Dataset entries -
==========
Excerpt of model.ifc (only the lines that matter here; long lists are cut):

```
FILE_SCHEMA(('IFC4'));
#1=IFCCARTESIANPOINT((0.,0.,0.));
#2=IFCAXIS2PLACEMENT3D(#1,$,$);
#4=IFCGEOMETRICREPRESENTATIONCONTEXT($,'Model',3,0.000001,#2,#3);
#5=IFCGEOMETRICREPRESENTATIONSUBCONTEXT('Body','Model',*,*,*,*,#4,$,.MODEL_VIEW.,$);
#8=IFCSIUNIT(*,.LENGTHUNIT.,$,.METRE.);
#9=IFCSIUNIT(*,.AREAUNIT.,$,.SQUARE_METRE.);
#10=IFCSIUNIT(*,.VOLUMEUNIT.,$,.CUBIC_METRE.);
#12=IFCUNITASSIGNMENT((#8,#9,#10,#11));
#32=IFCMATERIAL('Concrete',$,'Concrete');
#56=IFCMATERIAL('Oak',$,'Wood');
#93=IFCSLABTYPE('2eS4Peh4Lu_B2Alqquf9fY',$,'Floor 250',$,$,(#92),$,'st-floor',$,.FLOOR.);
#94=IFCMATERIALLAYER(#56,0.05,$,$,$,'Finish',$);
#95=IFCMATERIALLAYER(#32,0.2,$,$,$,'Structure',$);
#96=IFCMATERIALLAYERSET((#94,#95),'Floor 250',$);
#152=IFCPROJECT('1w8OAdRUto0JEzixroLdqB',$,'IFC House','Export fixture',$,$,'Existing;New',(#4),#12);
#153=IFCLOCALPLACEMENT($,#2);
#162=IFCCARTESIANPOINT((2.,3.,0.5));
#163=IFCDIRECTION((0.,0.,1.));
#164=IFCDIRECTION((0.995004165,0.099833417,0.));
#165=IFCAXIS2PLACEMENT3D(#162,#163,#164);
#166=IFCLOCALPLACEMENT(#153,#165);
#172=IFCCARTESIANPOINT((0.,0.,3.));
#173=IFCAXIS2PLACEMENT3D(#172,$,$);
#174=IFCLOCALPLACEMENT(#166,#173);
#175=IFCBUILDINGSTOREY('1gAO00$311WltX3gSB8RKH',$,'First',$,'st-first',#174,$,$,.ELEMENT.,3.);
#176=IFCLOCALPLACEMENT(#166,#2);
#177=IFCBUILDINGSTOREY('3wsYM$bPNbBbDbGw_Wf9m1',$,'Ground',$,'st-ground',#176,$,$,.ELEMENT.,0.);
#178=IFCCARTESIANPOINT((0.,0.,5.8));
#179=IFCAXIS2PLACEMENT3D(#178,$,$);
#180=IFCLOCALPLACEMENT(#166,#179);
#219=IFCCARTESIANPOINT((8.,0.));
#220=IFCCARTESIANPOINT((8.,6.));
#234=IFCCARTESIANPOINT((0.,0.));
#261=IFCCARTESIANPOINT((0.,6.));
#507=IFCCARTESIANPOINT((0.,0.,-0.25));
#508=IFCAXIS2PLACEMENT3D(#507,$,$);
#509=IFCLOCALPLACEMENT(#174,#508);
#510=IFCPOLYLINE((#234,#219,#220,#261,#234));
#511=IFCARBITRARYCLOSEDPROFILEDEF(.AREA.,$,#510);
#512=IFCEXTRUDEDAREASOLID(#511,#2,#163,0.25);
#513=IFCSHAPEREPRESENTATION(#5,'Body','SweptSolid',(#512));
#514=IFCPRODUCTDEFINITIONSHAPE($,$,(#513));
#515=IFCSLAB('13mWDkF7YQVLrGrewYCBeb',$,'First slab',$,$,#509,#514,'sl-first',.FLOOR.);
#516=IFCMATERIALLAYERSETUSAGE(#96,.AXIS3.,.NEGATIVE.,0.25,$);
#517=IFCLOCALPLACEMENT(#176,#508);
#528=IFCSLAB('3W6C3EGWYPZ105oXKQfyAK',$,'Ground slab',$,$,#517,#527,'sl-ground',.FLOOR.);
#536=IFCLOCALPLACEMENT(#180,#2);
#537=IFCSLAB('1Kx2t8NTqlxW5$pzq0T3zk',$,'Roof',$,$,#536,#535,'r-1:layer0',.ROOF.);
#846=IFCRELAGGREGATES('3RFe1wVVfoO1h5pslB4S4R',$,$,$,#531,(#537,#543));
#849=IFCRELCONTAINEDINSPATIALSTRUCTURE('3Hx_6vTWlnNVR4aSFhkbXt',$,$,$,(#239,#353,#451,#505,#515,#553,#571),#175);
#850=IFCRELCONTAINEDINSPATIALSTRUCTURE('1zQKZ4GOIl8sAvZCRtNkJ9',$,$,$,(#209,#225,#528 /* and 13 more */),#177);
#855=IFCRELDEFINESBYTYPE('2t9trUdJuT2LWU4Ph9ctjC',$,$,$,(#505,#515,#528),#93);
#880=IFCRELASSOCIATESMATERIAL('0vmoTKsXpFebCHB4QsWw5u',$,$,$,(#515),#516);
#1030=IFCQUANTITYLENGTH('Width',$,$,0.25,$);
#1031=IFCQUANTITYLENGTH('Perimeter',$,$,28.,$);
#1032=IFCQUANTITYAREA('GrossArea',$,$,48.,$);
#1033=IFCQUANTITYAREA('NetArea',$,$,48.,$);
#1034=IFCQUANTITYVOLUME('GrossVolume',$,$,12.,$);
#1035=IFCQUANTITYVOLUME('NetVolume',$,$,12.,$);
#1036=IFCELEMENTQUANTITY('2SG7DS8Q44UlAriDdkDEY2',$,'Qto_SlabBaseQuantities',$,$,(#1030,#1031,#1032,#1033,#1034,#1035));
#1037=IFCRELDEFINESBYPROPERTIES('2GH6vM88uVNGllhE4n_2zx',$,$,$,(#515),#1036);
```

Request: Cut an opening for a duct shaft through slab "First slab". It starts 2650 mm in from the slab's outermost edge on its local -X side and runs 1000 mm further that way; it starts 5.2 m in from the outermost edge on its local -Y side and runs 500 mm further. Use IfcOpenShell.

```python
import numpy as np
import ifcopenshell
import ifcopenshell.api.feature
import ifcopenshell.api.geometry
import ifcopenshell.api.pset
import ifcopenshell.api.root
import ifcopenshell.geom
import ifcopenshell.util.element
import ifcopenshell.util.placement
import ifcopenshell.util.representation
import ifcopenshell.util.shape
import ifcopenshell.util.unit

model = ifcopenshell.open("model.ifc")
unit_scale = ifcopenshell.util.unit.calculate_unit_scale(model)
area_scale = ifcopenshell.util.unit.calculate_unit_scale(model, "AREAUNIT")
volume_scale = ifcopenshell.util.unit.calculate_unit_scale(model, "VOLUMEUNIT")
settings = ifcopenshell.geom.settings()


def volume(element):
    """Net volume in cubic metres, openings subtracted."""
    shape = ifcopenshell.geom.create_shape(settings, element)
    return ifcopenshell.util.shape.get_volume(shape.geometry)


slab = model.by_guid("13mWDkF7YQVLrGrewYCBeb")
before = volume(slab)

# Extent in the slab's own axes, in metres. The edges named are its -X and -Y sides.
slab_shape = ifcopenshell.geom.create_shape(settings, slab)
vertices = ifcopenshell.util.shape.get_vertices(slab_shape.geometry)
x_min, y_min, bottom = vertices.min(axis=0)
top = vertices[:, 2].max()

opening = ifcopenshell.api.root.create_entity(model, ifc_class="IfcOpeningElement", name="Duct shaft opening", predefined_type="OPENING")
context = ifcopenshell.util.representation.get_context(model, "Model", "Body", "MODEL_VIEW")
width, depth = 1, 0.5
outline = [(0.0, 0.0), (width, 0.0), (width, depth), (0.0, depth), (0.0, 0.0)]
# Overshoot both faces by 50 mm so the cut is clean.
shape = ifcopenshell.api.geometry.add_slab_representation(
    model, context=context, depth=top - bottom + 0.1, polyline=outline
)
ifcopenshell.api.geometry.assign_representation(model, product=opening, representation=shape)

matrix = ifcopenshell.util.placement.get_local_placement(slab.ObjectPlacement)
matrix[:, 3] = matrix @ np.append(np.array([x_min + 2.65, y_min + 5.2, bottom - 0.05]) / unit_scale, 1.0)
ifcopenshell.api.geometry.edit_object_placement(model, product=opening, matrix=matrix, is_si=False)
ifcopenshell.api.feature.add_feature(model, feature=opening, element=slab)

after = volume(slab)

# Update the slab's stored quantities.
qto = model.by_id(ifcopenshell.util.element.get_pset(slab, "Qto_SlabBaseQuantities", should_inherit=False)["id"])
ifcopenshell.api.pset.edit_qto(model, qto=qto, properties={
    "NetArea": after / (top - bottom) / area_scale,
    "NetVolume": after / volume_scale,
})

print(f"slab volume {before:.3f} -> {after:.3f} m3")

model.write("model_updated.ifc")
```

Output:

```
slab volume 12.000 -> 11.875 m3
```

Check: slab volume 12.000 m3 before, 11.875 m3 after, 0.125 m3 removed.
==========
All lines with the string "IFCBUILDINGSTOREY" must be copied from the data.

#175=IFCBUILDINGSTOREY('1gAO00$311WltX3gSB8RKH',$,'First',$,'st-first',#174,$,$,.ELEMENT.,3.);
#177=IFCBUILDINGSTOREY('3wsYM$bPNbBbDbGw_Wf9m1',$,'Ground',$,'st-ground',#176,$,$,.ELEMENT.,0.);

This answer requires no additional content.